While doing unrelated research related to sizing for Deep Learning (not inferencing) I came across this example which illustrates how even Deep Learning on text data can be light on storage:

In this sample, you will use Intel® Distribution of Modin* to ingest and process U.S. census data from 1970 to 2010 in order to build a ridge regression-based model to find the relation between education and total income earned in the US. Time to complete: 20 minutes

Source: Intel

I tried running several inferencing programs and the heaviest IO happened during container startup when container is loaded and the model which may be few GB large needs to be read from disk. Since this model is usually part of read-only container image and stored on local disk, it has no impact on SolidFire workload.

Medium-large and large GenAI workloads can require a lot of IO, but one would need more than half a dozen big GPUs to get there.

Making use of iSCSI

Let’s see about some other approaches:

  • Use SolidFire iSCSI to create parallel file system (permanent or “scratch” space)
  • Use on-prem or cloud S3 storage if your application can natively support S3
  • Mount S3 bucket and use it as local device - I’ve blogged about goofys, s3fs, MountPoint S3 and other ways to do this

Only the first of these three can make use of SolidFire, so I’ll skip the other two which aren’t directly related, although you could download S3 data to a PVC backed by SolidFire, if you wanted to keep data or get lower latency access for the duration of your work and the size wasn’t larger than SolidFire can handle.

Share data with Parallel File System

We can deploy BeeGFS or GPFS inside of VMs that use SolidFire iSCSI (pRDM, but VMDKs on VMFS work as well).
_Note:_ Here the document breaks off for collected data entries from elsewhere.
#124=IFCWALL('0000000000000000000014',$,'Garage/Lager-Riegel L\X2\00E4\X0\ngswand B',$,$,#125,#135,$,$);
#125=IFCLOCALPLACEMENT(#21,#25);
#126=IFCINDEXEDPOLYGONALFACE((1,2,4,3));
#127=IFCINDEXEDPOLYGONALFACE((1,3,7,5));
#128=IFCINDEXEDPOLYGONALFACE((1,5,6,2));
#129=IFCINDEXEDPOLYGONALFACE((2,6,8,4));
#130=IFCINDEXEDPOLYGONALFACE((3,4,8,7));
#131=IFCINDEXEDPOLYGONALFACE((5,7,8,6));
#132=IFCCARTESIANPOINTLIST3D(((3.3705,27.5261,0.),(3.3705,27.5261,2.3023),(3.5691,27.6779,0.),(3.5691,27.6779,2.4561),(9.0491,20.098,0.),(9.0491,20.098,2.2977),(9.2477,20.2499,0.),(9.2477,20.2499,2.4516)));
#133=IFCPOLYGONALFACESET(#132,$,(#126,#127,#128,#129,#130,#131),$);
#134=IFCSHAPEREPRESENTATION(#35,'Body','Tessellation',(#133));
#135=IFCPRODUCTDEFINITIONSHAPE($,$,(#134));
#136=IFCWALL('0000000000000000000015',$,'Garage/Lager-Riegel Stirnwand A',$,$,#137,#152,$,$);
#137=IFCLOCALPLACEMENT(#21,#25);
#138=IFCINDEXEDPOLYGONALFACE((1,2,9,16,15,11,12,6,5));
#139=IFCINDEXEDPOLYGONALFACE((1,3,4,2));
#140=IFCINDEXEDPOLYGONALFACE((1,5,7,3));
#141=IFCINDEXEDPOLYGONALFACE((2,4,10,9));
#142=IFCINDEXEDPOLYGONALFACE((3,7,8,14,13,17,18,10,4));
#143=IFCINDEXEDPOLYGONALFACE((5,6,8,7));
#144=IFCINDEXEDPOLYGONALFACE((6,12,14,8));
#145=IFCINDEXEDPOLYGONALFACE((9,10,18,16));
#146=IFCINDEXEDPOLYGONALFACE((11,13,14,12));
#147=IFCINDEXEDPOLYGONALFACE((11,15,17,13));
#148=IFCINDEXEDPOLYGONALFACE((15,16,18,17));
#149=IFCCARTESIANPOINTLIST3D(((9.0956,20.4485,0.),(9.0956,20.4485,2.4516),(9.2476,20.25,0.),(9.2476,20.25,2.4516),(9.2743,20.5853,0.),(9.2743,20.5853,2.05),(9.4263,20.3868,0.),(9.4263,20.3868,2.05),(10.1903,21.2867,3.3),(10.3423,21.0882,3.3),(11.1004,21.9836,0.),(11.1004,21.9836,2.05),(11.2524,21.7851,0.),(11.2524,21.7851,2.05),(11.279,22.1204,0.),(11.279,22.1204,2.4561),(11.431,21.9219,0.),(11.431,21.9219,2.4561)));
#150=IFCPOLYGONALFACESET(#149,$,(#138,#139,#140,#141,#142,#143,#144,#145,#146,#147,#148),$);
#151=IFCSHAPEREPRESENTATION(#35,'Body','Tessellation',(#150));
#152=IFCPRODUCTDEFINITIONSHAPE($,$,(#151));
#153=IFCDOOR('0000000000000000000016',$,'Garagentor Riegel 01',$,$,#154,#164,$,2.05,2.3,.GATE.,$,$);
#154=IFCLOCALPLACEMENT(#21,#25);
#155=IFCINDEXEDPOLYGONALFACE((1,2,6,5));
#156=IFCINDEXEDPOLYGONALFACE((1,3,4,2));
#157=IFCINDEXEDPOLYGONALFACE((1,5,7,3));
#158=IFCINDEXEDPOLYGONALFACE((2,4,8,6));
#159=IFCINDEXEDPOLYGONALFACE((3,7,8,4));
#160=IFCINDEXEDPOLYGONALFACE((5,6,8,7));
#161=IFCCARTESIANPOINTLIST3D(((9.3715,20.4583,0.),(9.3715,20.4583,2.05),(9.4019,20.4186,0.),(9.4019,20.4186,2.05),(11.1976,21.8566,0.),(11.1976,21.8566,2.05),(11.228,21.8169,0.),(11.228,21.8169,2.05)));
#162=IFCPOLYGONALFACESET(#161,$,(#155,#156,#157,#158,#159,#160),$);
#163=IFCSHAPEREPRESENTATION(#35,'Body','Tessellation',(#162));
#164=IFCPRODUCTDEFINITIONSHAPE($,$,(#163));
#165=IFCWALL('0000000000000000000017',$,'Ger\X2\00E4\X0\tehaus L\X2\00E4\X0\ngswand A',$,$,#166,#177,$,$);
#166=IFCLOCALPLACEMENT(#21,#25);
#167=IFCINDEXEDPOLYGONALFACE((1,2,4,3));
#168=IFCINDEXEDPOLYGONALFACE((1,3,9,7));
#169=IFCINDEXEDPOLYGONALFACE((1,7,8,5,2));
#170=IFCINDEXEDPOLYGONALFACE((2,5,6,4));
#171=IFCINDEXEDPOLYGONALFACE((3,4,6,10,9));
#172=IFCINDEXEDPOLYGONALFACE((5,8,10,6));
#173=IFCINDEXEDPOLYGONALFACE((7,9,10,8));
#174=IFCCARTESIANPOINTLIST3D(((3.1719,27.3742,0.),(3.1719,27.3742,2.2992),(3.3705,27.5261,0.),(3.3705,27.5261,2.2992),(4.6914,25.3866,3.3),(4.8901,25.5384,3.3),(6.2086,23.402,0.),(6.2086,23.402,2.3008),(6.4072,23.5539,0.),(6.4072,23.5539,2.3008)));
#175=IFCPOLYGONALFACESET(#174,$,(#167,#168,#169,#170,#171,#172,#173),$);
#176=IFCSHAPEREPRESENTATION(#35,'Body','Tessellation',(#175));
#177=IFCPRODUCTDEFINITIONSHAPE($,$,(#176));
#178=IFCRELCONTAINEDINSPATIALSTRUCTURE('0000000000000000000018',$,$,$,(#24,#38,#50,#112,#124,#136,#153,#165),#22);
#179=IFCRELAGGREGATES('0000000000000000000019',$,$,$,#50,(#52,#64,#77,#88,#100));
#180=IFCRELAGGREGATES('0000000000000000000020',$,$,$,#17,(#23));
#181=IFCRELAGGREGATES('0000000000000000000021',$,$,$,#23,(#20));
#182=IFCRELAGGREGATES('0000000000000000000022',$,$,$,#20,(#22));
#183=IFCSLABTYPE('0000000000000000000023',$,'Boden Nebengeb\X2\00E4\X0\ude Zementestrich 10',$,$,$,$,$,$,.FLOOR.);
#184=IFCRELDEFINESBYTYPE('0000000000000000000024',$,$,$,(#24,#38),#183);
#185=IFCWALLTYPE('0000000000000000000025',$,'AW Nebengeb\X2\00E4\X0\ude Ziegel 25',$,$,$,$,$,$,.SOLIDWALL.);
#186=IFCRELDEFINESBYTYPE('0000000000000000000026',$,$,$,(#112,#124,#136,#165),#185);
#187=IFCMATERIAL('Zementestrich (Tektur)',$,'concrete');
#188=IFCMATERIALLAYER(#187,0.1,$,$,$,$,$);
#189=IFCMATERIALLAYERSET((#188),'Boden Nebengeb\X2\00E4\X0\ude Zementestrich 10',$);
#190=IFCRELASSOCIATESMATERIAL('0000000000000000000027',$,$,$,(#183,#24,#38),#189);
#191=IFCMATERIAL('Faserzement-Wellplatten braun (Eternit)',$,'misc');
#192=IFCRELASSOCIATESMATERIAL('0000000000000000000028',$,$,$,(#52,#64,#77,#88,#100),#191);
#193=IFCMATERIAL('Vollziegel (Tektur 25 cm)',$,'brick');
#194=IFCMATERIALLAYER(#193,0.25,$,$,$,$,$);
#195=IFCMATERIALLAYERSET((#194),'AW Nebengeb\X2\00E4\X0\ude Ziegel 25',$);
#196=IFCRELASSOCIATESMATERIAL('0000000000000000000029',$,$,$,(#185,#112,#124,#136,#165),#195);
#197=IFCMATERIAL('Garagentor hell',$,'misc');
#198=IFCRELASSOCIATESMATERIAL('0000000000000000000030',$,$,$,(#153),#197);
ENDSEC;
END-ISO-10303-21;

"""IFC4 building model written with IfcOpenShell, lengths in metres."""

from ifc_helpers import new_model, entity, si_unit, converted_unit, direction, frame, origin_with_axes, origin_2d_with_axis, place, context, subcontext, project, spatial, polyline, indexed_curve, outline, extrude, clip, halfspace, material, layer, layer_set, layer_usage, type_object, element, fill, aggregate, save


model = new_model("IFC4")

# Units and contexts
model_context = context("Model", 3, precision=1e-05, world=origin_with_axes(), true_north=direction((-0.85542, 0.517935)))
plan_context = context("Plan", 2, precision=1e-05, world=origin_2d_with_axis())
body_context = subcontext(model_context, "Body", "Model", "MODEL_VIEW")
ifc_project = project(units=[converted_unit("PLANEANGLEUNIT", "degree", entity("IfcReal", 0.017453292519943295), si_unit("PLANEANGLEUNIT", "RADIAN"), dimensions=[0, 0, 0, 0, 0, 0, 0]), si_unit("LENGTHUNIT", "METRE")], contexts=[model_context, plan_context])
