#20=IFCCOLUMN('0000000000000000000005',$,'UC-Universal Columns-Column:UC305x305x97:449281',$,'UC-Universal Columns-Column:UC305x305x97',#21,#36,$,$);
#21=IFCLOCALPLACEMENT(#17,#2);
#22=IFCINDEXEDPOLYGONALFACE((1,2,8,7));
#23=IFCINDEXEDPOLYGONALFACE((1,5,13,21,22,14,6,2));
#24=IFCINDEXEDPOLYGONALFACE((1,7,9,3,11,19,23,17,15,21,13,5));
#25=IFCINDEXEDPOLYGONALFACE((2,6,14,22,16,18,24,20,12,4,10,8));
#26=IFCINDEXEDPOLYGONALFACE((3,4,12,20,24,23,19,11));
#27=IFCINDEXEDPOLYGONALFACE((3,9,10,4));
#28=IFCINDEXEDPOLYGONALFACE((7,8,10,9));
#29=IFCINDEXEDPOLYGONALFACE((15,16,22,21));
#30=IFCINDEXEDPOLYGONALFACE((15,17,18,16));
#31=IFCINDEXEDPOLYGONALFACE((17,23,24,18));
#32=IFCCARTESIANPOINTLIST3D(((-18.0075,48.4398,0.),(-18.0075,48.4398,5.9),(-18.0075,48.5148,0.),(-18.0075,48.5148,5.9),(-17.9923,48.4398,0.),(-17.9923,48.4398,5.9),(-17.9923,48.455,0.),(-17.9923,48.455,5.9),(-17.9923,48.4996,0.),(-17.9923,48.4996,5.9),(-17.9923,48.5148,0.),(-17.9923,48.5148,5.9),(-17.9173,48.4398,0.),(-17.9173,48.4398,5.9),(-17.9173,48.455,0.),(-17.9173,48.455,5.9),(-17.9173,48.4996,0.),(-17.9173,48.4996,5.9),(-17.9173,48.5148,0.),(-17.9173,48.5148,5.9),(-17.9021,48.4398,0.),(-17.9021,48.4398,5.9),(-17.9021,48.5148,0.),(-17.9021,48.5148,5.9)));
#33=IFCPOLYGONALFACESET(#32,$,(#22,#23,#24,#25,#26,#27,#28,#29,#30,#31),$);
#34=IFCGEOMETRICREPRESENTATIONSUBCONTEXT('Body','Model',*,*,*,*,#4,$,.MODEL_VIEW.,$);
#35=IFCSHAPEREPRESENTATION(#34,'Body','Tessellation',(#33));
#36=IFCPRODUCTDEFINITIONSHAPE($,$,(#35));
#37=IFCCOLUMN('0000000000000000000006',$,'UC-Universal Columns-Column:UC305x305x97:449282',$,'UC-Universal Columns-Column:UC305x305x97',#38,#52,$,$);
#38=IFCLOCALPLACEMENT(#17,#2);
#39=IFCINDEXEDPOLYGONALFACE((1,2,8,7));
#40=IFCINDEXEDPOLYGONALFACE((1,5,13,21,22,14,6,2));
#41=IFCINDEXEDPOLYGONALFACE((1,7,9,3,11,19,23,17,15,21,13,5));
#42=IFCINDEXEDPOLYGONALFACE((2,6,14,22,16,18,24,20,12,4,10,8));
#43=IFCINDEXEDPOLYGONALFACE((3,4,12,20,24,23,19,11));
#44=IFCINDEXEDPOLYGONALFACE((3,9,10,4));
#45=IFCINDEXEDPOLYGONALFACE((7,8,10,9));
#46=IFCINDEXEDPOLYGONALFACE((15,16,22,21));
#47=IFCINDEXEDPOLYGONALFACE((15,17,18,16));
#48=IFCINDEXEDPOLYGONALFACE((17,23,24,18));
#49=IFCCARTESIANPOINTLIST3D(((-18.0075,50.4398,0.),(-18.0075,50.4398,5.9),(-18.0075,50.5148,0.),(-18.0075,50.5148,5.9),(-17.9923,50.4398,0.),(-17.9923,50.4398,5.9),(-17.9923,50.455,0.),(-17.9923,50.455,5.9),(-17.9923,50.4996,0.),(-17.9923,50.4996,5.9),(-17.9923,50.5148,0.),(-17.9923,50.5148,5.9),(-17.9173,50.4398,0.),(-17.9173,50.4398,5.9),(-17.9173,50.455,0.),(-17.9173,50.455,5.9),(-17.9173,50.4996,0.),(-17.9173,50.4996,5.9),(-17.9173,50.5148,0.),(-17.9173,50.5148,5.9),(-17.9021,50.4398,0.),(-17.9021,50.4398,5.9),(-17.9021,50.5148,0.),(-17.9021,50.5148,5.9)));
Containers can use these filesystems’ CSI drivers for storage access. VMs can install BeeGFS or GPFS client to mount these filesystems. This can be deployed with Ansible on demand in less than 8 minutes (see this example here) and can be destroyed if you don’t intend to keep these filesystems for longer than jobs last.

You can also deploy BeeGFS in containers (see here) and use it “natively” from within each container. NetApp Trident CSI can be used to present iSCSI devices to containers using block volume mode and then BeeGFS can be deployed. I haven’t tried this last step yet, but I don’t think it would fail.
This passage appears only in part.